1. A rare earth sesquioxide laser crystal growth method is characterized by comprising the following steps:

① preparation work is carried out by mixing the raw powder according to the formula b% at.Y (Ln)_xRe_1-x)₂O₃The mixture ratio is carried out, wherein,

x is more than or equal to 0 and less than or equal to 1, b is more than or equal to 0 and less than or equal to 10, Y is Yb/Nd/Dy/Ho/Er/Tm/Pr, Re is Y/Sc/Lu/Gd, and Ln is Y/Sc/Lu/Gd; the used cold crucible system comprises an induction coil (1), a water-cooling copper petal (2) and a water-cooling chassis (5), wherein the water-cooling copper petal (2) and the water-cooling chassis (5) are controlled to lift through a crucible lifting system (3), the induction coil is controlled to lift through an induction coil lifting system (4), the water-cooling copper petal and the water-cooling chassis enclose a cold crucible, and the inner diameter phi (50-500) mm and the height (50-800) mm of the cold crucible are arranged between;

② charging, namely, uniformly mixing the raw material powder, adding the mixture into a cold crucible, wherein the charging volume is 70-90% of the crucible volume, adding 50-300g of ignition agent at one half of the raw material volume, and adjusting the position of the crucible to ensure that the ignition agent is positioned in the middle of the induction coil;

③ igniting, starting a high-frequency power supply with frequency range of 50kHz-1MHz, igniting with an igniting agent to generate high temperature to melt the raw material powder in the nearby area, adjusting power of the power supply to 10-30kW and keeping for 0.5-1h to keep the melt level in the middle of the coil;

④ melting, namely slowly increasing the power of a power supply to 40-100kW, gradually enlarging a melting area, gradually increasing the melting liquid level to be higher than the upper part of the induction coil, and forming a layer of unmelted shell by water cooling the raw material powder on the outer wall;

⑤ heat balance, stopping raising power and keeping the melt in this state for (1-5) h to reach the heat balance between the melt and the cold crucible after the melt level is 2-40 cm away from the crucible top;

⑥ growing, wherein after the melt and the cold crucible reach thermal equilibrium, the cold crucible system lifting device can adopt temperature gradient method, crucible moving method, induction coil moving method, kyropoulos method, pulling method and other crystal methods to grow crystal;

⑦ cooling, after the crystal growth is finished, the power of the power supply is gradually reduced, the temperature is slowly reduced to room temperature, and then the crystal is taken out.

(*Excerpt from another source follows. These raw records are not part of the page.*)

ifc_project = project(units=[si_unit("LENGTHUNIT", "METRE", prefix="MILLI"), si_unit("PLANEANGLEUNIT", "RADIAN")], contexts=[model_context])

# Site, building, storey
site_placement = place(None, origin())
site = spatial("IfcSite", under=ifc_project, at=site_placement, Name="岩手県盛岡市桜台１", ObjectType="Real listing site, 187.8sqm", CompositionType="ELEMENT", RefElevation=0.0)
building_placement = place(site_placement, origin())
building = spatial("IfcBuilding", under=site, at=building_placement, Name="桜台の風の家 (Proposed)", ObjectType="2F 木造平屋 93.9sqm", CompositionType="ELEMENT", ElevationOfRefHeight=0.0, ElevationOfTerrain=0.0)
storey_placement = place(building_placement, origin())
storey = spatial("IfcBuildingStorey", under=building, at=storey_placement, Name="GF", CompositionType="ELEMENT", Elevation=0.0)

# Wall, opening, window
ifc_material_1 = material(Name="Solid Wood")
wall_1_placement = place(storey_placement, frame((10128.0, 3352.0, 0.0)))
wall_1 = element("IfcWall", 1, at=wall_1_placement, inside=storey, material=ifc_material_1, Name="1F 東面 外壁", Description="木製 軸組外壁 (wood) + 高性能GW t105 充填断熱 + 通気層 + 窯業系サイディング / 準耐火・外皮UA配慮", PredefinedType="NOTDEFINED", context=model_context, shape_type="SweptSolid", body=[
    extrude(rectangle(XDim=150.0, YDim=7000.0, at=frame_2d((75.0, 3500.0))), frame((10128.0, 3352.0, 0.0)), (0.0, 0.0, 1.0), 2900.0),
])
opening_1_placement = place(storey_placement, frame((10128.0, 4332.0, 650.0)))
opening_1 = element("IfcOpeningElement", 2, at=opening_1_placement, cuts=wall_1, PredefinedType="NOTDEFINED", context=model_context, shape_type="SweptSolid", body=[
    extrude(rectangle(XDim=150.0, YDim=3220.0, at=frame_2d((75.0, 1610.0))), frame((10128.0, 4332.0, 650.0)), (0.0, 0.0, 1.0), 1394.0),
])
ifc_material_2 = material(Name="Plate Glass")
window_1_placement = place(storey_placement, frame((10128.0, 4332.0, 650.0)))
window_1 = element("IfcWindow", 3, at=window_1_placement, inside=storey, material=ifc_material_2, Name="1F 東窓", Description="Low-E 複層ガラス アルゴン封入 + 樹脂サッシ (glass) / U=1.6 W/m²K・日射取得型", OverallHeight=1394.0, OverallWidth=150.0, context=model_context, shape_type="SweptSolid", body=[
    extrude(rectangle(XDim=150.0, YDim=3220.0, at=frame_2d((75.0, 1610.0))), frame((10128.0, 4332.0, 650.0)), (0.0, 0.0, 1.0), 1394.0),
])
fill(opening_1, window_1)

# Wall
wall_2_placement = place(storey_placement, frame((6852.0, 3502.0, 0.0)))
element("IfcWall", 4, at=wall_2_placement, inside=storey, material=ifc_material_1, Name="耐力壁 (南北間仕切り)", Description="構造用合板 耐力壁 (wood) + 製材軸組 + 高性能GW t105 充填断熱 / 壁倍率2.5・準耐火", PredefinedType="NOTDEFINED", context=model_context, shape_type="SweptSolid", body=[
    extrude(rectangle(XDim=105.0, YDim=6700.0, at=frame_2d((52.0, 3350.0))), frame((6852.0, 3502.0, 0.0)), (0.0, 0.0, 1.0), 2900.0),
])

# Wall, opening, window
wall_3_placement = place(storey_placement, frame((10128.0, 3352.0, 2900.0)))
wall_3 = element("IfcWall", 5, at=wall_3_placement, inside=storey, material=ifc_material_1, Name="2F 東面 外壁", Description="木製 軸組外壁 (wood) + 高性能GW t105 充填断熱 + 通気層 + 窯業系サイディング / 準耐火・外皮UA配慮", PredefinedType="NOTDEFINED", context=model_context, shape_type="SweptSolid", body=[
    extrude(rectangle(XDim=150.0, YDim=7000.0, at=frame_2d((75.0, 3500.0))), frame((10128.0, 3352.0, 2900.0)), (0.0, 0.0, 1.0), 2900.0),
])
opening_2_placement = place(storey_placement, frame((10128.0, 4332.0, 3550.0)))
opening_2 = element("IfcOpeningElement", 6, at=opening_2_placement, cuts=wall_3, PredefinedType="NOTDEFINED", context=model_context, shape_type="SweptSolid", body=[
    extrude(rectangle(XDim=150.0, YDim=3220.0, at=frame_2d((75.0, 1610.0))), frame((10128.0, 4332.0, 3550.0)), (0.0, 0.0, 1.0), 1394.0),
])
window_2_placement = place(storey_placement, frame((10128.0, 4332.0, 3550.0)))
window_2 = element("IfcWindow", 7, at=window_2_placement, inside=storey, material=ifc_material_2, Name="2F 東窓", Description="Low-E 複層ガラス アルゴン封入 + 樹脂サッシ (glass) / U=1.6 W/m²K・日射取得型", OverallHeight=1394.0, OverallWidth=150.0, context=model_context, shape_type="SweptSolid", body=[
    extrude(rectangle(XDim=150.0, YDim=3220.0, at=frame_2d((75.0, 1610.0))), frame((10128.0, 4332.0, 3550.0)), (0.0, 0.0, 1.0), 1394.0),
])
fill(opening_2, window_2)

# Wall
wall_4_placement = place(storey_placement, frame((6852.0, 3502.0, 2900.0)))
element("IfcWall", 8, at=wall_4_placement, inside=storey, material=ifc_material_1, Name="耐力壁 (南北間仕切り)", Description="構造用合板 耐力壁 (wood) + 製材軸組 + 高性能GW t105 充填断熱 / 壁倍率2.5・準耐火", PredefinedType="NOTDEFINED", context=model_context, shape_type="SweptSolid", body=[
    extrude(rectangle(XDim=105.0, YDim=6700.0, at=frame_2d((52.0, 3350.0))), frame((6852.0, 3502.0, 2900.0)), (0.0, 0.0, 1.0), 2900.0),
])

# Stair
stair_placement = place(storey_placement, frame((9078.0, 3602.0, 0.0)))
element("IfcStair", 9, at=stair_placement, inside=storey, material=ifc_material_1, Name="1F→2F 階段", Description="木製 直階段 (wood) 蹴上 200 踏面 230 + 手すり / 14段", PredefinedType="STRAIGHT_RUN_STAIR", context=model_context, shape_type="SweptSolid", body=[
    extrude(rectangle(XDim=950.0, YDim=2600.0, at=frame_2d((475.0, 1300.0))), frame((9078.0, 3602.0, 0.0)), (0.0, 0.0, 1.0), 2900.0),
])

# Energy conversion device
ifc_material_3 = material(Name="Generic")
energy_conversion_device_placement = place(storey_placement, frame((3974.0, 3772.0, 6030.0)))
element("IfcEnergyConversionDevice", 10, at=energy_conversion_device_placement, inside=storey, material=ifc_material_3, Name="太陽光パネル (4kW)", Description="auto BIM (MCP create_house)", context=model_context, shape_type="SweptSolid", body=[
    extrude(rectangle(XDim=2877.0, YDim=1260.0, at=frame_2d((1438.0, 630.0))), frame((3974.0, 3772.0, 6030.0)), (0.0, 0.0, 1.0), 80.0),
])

2. The method for growing a rare earth sesquioxide laser crystal as set forth in claim 1, wherein said ignition agent is a rare earth metal (Y/Lu/Sc/Gd) or a graphite material.

3. The method of claim 1, wherein in the step ⑥, the crystal growth method includes, but is not limited to, temperature gradient method, crucible moving method, induction coil moving method, kyropoulos method, and czochralski method.